The dust-up began after Trump told reporters in the Oval Office on June 10 that he spoke to Newsom “a day ago — called him up tell him you’ve got to do a better job, you’re doing a bad job.” Trump’s comment gave the impression that the two spoke on the same day 700 Marines were deployed in Los Angeles.

Newsom refuted the claim in a post on X. The governor had already said publicly he spoke to Trump after midnight Eastern time on June 7 and the National Guard was not discussed. They never spoke after that.

“There was no call,” Newsom posted on X. “Not even a voicemail. Americans should be alarmed that a President deploying Marines onto our streets doesn’t even know who he’s talking to.”

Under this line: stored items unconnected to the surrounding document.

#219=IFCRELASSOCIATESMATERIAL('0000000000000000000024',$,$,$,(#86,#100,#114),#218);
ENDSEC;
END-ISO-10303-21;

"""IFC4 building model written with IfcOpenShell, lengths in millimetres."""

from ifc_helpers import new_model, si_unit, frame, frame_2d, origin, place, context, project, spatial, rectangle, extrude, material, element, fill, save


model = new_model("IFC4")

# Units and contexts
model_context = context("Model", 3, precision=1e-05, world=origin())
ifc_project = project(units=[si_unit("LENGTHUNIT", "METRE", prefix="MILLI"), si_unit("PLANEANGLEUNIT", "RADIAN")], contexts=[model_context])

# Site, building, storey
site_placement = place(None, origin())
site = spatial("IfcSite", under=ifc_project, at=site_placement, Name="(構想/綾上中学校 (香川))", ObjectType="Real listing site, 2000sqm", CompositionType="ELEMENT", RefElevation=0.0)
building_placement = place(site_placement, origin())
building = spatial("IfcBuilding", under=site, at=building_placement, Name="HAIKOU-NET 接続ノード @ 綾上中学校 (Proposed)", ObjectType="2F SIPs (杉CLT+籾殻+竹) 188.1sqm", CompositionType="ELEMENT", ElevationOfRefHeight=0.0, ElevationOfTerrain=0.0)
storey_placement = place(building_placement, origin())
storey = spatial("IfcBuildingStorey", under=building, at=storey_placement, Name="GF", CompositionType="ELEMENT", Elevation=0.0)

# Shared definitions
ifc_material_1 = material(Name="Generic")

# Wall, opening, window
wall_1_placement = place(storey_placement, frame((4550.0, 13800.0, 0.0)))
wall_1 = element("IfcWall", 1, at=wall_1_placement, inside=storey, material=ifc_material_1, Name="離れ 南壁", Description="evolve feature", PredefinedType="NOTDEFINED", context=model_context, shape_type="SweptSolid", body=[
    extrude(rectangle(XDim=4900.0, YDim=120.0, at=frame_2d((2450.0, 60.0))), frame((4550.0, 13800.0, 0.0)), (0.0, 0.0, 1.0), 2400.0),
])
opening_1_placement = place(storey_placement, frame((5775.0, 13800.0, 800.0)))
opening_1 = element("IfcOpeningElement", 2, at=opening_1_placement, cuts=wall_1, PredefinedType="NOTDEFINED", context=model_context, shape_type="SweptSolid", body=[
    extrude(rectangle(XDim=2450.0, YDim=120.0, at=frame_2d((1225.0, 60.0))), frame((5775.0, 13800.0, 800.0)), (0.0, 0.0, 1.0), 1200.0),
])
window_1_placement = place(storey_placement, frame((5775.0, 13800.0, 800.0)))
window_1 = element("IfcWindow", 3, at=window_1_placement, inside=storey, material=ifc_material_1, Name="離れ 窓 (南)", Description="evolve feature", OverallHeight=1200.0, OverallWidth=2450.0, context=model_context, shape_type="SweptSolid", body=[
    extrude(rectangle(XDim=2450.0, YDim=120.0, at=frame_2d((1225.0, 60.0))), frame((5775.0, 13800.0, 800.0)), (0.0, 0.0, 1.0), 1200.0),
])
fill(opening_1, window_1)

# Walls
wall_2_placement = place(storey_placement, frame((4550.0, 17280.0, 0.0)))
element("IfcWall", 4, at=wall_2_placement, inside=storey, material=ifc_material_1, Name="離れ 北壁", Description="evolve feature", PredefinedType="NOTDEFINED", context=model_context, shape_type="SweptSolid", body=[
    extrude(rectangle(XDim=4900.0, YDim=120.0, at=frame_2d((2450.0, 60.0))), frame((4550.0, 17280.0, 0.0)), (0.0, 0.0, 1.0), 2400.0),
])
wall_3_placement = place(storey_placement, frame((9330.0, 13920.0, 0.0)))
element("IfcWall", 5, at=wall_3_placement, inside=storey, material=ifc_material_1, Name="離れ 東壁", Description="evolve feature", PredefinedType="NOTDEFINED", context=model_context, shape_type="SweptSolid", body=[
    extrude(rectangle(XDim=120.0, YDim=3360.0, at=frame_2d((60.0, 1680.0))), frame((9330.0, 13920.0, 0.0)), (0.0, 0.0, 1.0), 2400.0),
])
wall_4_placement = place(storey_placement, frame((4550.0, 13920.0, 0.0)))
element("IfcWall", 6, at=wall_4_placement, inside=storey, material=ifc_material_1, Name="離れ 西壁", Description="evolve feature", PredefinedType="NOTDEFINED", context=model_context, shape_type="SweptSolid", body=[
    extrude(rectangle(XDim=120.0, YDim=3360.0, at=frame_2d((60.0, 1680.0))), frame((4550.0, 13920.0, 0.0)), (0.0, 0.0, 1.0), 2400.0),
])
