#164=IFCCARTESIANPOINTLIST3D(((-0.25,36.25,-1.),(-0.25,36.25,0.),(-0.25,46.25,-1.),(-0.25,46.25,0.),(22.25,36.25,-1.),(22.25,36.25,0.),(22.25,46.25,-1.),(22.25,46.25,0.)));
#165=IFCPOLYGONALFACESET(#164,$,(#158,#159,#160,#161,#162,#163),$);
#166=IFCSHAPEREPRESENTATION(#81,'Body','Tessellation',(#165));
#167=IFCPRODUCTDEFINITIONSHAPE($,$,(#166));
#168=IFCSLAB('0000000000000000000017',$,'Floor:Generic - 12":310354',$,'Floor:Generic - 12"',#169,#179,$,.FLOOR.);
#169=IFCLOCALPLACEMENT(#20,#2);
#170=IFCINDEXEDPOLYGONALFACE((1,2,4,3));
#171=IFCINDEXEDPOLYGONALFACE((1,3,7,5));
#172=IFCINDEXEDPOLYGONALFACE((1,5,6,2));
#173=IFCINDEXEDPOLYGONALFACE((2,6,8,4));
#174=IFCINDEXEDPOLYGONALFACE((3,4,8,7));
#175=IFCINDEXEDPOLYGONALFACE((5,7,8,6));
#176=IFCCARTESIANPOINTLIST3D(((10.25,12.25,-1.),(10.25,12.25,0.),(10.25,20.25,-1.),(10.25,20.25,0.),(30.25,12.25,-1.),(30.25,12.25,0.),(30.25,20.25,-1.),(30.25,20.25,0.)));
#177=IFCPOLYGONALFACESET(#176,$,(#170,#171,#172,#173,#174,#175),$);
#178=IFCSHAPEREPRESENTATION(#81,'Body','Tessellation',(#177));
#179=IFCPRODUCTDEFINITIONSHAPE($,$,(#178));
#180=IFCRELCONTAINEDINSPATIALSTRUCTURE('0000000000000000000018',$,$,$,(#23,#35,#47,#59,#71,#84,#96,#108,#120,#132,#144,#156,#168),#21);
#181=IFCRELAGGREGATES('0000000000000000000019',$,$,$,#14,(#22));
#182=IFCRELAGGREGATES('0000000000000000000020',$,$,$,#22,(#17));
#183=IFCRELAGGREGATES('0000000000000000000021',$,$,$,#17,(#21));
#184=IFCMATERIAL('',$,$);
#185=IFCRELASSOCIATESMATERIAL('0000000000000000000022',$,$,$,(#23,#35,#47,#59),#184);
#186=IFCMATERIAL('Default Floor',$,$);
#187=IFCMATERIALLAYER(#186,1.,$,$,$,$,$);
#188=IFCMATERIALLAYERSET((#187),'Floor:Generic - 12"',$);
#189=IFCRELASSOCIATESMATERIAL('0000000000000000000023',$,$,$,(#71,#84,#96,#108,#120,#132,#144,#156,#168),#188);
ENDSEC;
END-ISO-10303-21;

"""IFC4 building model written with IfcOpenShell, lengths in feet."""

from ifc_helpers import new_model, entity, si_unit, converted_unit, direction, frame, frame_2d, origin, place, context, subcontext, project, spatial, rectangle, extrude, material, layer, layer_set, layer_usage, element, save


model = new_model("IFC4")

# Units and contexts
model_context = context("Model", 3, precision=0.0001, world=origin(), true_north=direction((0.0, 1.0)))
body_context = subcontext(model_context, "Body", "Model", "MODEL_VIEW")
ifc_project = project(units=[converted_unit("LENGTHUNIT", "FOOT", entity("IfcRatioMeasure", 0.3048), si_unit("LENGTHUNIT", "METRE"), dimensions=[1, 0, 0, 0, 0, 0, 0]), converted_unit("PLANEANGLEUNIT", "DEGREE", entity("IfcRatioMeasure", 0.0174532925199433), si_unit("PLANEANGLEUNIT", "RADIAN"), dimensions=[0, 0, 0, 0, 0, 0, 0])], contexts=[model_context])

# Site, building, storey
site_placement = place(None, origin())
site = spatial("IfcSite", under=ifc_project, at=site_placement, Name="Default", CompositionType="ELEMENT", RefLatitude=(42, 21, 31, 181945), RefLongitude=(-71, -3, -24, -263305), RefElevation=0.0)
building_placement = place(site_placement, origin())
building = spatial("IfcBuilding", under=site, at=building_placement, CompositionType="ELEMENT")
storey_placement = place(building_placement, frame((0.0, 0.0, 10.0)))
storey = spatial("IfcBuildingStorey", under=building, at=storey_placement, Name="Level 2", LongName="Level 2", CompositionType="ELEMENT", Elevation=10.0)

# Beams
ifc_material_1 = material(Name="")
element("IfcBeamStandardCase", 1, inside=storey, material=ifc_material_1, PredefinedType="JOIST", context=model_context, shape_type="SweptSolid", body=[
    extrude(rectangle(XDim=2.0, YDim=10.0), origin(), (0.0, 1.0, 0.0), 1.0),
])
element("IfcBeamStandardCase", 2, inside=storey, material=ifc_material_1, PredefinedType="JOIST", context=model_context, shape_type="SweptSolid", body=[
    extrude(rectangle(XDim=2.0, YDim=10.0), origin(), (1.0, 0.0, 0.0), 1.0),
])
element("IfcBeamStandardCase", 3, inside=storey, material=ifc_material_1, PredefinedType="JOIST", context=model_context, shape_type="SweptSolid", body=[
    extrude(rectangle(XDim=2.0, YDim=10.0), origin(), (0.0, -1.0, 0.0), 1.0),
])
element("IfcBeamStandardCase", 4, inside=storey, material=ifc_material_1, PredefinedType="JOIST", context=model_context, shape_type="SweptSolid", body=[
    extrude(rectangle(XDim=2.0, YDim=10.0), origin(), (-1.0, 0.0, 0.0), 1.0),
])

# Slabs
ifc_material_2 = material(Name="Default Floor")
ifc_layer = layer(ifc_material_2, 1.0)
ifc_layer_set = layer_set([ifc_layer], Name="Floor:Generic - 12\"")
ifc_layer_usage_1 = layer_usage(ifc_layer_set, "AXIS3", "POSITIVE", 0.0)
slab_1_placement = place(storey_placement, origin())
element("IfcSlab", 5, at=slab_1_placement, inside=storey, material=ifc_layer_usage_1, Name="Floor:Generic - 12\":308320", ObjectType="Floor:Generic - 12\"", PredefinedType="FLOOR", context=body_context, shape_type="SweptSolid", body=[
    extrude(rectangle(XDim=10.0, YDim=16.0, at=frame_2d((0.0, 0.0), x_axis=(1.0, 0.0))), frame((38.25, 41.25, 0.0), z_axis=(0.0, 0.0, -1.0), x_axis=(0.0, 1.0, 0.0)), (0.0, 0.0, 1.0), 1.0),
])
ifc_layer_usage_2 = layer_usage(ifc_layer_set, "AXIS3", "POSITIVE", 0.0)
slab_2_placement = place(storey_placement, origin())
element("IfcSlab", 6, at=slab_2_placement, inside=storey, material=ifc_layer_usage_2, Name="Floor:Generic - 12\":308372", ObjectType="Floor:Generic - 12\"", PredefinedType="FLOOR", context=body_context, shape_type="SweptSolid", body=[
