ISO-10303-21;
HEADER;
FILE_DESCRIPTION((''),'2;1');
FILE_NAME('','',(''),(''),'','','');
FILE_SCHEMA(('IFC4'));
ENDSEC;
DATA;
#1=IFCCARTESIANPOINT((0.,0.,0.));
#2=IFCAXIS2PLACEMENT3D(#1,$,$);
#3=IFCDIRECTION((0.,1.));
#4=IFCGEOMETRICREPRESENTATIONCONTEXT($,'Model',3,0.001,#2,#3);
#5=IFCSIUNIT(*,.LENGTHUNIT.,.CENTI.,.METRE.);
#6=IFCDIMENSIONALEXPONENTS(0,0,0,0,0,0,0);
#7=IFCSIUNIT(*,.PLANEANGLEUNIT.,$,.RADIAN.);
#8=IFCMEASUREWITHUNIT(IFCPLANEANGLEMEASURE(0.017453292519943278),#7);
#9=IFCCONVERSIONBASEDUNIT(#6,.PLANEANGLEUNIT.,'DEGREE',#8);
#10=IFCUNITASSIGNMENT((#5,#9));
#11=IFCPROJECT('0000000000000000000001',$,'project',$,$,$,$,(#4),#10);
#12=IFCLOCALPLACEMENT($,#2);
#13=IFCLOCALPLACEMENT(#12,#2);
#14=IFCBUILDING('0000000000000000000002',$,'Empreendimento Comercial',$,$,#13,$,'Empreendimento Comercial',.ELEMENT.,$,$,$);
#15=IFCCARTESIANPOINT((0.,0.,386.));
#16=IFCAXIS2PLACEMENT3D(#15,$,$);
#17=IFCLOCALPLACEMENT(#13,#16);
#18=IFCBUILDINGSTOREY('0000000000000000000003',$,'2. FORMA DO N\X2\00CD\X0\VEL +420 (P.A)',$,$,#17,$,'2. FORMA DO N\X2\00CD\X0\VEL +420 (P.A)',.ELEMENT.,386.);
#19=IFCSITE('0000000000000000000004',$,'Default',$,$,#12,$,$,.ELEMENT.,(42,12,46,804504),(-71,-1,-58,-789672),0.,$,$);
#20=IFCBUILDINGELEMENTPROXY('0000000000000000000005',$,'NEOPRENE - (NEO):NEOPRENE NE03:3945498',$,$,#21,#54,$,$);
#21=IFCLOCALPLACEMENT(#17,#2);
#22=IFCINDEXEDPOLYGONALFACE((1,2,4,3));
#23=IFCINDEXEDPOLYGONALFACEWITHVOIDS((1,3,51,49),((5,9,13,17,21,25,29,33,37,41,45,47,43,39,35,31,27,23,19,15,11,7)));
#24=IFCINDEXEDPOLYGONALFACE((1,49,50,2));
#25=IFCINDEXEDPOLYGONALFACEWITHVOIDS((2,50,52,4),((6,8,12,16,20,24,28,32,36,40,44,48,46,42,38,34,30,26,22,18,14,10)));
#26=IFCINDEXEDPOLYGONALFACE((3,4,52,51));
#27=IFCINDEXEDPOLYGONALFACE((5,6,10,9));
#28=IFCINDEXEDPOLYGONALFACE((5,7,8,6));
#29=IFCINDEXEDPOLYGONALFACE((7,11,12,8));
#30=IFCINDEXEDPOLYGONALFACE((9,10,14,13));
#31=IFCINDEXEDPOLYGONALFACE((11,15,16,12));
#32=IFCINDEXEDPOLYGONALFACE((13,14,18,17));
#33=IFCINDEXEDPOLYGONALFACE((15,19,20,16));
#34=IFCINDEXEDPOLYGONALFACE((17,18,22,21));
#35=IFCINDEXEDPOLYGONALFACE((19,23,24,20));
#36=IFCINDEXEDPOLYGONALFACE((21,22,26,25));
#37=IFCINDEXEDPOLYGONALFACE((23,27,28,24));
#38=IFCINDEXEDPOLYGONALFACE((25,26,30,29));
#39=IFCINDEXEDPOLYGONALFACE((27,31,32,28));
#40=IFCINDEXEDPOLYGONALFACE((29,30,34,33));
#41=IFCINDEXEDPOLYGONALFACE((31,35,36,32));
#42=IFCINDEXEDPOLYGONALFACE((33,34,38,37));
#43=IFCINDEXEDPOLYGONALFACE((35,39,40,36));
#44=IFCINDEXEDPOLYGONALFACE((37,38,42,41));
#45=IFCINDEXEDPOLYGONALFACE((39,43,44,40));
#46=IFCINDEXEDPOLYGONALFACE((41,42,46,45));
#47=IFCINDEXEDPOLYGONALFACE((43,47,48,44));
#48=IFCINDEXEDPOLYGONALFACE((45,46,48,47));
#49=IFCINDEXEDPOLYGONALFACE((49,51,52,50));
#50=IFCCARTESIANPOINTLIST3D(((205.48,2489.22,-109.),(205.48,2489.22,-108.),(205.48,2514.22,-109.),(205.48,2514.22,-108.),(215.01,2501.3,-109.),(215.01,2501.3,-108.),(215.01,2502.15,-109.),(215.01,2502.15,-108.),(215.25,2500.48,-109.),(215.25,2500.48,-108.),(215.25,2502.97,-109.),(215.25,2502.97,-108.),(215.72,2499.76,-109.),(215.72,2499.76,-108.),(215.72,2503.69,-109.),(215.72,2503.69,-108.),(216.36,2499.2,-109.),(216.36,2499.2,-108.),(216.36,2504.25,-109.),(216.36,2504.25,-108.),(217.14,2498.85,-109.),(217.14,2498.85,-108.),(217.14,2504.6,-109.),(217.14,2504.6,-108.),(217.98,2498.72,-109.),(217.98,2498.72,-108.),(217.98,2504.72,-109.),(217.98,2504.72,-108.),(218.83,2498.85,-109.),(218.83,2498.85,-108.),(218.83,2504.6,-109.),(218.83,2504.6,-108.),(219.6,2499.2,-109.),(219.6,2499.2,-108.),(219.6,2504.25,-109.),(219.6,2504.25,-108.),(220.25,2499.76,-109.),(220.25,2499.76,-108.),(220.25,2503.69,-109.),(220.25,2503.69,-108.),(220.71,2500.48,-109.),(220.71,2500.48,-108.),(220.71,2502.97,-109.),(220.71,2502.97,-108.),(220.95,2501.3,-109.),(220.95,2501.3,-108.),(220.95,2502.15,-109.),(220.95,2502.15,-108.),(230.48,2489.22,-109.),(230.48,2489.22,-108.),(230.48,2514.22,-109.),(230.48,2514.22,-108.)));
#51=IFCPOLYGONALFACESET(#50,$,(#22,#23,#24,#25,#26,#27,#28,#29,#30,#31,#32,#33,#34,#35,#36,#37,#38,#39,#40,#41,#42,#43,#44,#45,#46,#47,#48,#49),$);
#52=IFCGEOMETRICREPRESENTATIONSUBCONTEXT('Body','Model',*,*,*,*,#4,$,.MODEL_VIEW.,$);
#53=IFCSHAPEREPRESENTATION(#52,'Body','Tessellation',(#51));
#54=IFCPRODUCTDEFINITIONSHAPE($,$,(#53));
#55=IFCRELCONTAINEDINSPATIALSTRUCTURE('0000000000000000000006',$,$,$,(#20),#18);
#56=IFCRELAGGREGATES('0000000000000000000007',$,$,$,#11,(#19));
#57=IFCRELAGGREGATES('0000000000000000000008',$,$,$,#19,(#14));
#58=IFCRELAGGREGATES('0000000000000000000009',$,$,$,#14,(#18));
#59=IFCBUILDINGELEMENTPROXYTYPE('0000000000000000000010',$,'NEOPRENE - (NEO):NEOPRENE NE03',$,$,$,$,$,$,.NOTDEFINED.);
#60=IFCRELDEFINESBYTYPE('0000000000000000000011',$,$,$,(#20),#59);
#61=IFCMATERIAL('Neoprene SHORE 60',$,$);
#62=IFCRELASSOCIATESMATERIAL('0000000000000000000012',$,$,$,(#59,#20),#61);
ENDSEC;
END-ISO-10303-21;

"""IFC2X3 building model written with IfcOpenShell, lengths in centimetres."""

from ifc_helpers import new_model, entity, si_unit, converted_unit, direction, frame, frame_2d, origin, place, context, subcontext, project, spatial, polyline, circle_curve, parameter, trimmed, segment, composite_curve, outline, extrude, source, transform, mapped, material, type_object, type_shapes, element, save


model = new_model("IFC2X3")

# Units and contexts
model_context = context("Model", 3, precision=0.001, world=origin(), true_north=direction((0.0, 1.0)))
body_context = subcontext(model_context, "Body", "Model", "MODEL_VIEW")
ifc_project = project(units=[si_unit("LENGTHUNIT", "METRE", prefix="CENTI"), converted_unit("PLANEANGLEUNIT", "DEGREE", entity("IfcPlaneAngleMeasure", 0.017453292519943278), si_unit("PLANEANGLEUNIT", "RADIAN"), dimensions=[0, 0, 0, 0, 0, 0, 0])], contexts=[model_context])

# Site, building, storey
site_placement = place(None, origin())
site = spatial("IfcSite", under=ifc_project, at=site_placement, Name="Default", CompositionType="ELEMENT", RefLatitude=(42, 12, 46, 804504), RefLongitude=(-71, -1, -58, -789672), RefElevation=0.0)
building_placement = place(site_placement, origin())
building = spatial("IfcBuilding", under=site, at=building_placement, Name="Empreendimento Comercial", LongName="Empreendimento Comercial", CompositionType="ELEMENT")
storey_placement = place(building_placement, frame((0.0, 0.0, 386.0)))
storey = spatial("IfcBuildingStorey", under=building, at=storey_placement, Name="2. FORMA DO NÍVEL +420 (P.A)", LongName="2. FORMA DO NÍVEL +420 (P.A)", CompositionType="ELEMENT", Elevation=386.0)

# Building element proxy
ifc_material_1 = material(Name="Neoprene SHORE 60")
building_element_proxy_type_1 = type_object("IfcBuildingElementProxyType", Name="NEOPRENE - (NEO):NEOPRENE NE03", PredefinedType="NOTDEFINED", material=ifc_material_1)
shared_shape_1 = source(origin(), body_context, "Body", "SweptSolid", [
    extrude(outline(polyline([(-12.5, -12.5), (12.5, -12.5), (12.5, 12.5), (-12.5, 12.5), (-12.5, -12.5)]), holes=[composite_curve([segment(trimmed(circle_curve(frame_2d((0.0, 0.0), x_axis=(-1.0, 0.0)), 3.0), [parameter(0.0)], [parameter(180.0)], True, "PARAMETER"), False, "CONTINUOUS"), segment(trimmed(circle_curve(frame_2d((0.0, 0.0), x_axis=(-1.0, 0.0)), 3.0), [parameter(180.0)], [parameter(0.0)], True, "PARAMETER"), False, "CONTINUOUS")], self_intersect=False)]), frame((0.0, 0.0, -71.0), z_axis=(0.0, 0.0, 1.0), x_axis=(-1.0, 0.0, 0.0)), (0.0, 0.0, 1.0), 1.0),
])
type_shapes(building_element_proxy_type_1, [shared_shape_1])
proxy_1_placement = place(storey_placement, frame((217.98, 2501.72, -38.0), z_axis=(0.0, 0.0, 1.0), x_axis=(0.0, -1.0, 0.0)))
element("IfcBuildingElementProxy", 1, at=proxy_1_placement, inside=storey, type_object=building_element_proxy_type_1, material=ifc_material_1, Name="NEOPRENE - (NEO):NEOPRENE NE03:3945498", context=body_context, shape_type="MappedRepresentation", body=[
    mapped(shared_shape_1, transform((0.0, 0.0, 0.0), scale=1.0)),
])

save(model, "model.ifc")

Newsom’s lawyers allege in the complaint that by making the call seem more recent, Trump could suggest they discussed the deployment of troops to Los Angeles, which they had not.

Trump sent Fox News anchor John Roberts a screen shot showing the June 7 date stamp of the phone call, which Watters showed on his program to assert that Newsom was lying when he said they did not speak.

When Watters showed a clip of Trump’s June 10 comments about the call on his program, it omitted the portion where the president said he spoke to Newsom the previous day. A banner at the bottom of the screen read: “Gavin lied about Trump’s call.”

Watters told viewers Thursday he believed Newsom’s X post asserted that the two had not spoken at all.

“‘Not even a voicemail’ — we took that to mean there was no call ever,” Watters said.

“We thought the dispute was about whether there was a phone call at all when he said without qualification that there was no call,” the host continued. “Now Newsom’s telling us what was in his head when he wrote the tweet. He didn’t deceive anybody on purpose, so I’m sorry, he wasn’t lying. He was just confusing and unclear. Next time, governor, why don’t you say what you mean.”

The $787-million figure in the lawsuit is the amount Fox News paid to Dominion Voting Systems to settle another defamation case in 2023. Fox agreed to pay the company, which said the network aired false claims that its voting equipment was manipulated to help President Biden win the 2020 election.

Times staff writer Taryn Luna contributed to this report.